BGU has licensed its innovative technology to NeuroHelp so that they may advance the technology further, eventually commercializing it. Neurohelp is an Israeli start-up founded by BGN Technologies, incubated within BGU's Oazis accelerator.
In the US alone, at least 3.4 million adults and children are living with epilepsy, and rates of new diagnoses are rising, according to the Centers for Disease Control and Prevention.
According to BGU's research, around 30% of patients do not properly respond to drugs used to control epilepsy and therefore live not knowing when their next seizure might be. BGU hopes the wearable device will be a viable solution to help improve their quality of life and reduce risk of injury.
"Epilepsy that is not adequately controlled by medication is prevalent, amounting up to 30% of epilepsy cases, and therefore an accurate, easy to use seizure predicting device is a highly necessary, unmet medical need," said chairperson of NeuroHelp Dr.
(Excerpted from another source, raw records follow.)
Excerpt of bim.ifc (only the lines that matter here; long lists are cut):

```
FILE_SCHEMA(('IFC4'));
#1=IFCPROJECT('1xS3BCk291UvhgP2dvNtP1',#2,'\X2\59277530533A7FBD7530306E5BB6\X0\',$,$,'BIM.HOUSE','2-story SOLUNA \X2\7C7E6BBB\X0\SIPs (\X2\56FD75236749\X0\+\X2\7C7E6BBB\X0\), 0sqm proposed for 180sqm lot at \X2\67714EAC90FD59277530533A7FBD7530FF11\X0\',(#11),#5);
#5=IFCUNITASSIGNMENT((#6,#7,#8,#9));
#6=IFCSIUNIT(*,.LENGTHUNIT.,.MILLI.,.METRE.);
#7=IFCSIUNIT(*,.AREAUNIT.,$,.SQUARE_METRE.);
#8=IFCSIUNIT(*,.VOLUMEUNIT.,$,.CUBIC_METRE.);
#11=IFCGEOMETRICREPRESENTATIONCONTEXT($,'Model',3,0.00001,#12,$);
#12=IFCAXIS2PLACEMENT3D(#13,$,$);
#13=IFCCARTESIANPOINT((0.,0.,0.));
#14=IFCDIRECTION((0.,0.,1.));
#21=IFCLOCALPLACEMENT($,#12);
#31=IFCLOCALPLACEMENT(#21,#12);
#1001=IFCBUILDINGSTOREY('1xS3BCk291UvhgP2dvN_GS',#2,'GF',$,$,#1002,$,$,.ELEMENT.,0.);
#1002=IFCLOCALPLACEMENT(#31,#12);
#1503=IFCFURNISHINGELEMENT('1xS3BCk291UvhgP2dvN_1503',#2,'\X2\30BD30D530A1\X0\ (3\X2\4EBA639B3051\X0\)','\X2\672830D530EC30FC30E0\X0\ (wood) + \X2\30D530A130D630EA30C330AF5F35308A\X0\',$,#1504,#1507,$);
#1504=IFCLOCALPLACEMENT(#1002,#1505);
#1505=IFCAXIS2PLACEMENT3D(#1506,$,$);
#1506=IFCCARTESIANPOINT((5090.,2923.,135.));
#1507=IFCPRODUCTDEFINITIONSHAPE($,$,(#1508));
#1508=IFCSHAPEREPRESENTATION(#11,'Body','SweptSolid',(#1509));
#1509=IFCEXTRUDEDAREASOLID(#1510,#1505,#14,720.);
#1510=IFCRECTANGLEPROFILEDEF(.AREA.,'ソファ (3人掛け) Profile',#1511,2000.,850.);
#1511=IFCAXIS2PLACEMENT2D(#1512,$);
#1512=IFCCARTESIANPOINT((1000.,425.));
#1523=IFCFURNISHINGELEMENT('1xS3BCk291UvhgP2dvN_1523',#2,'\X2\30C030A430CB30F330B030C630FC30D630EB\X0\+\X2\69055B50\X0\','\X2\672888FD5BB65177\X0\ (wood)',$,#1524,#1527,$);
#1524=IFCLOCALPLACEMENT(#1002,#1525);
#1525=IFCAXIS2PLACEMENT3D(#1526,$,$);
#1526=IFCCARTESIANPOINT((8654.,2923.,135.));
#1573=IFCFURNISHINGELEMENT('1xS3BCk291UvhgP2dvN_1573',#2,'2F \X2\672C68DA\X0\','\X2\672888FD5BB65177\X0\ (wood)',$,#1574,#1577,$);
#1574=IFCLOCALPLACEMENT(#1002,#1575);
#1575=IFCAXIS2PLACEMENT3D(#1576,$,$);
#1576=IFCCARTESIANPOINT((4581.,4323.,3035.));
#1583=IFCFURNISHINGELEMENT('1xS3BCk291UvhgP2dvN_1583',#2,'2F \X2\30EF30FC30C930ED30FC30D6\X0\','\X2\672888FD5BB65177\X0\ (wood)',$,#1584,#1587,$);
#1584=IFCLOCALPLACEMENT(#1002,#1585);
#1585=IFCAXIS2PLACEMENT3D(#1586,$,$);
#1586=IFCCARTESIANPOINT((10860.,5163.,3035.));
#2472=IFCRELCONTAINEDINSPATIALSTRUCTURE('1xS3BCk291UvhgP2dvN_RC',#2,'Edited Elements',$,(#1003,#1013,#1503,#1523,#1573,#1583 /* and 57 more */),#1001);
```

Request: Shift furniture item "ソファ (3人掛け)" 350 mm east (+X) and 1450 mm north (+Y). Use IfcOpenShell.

```python
import ifcopenshell
import ifcopenshell.api.geometry
import ifcopenshell.util.placement
import ifcopenshell.util.unit

model = ifcopenshell.open("bim.ifc")
unit_scale = ifcopenshell.util.unit.calculate_unit_scale(model)

item = model.by_id(1503)
matrix = ifcopenshell.util.placement.get_local_placement(item.ObjectPlacement)
matrix[0, 3] += 0.35 / unit_scale
matrix[1, 3] += 1.45 / unit_scale
ifcopenshell.api.geometry.edit_object_placement(model, product=item, matrix=matrix, is_si=False)

print(ifcopenshell.util.placement.get_local_placement(item.ObjectPlacement).round(3) + 0.0)

model.write("bim_v2.ifc")
```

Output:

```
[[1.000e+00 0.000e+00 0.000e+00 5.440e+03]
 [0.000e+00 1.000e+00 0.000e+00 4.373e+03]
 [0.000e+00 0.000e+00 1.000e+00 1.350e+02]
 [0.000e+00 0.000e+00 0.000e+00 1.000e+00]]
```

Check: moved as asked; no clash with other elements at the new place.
Hadar Ron.
"Current seizure alert devices can detect seizures while they are happening, and most of them depend on changes in movement, such as muscle spasms or falls," Ron said. 'Epiness is unique in that it can predict an upcoming seizure and allow the patients and their caretakers to take precautionary actions and prevent injuries."
Epiness uses "EEG-based monitoring of brain activity together with proprietary machine-learning algorithms" to predict oncoming seizures without the need for exorbitant amounts of EEG electrodes, by optimizing electrode placement along the scalp.
The "machine-learning algorithms are designed to filter noise that is not related to brain activity, extract informative measures of the underlying brain dynamics, and distinguish between brain activity before an expected epileptic seizure and brain activity when a seizure is not expected to occur," BGU further explained.
Current seizure prediction devices can alert a seizure in real time, but BGU's solution is the first to give an hour of advanced warning.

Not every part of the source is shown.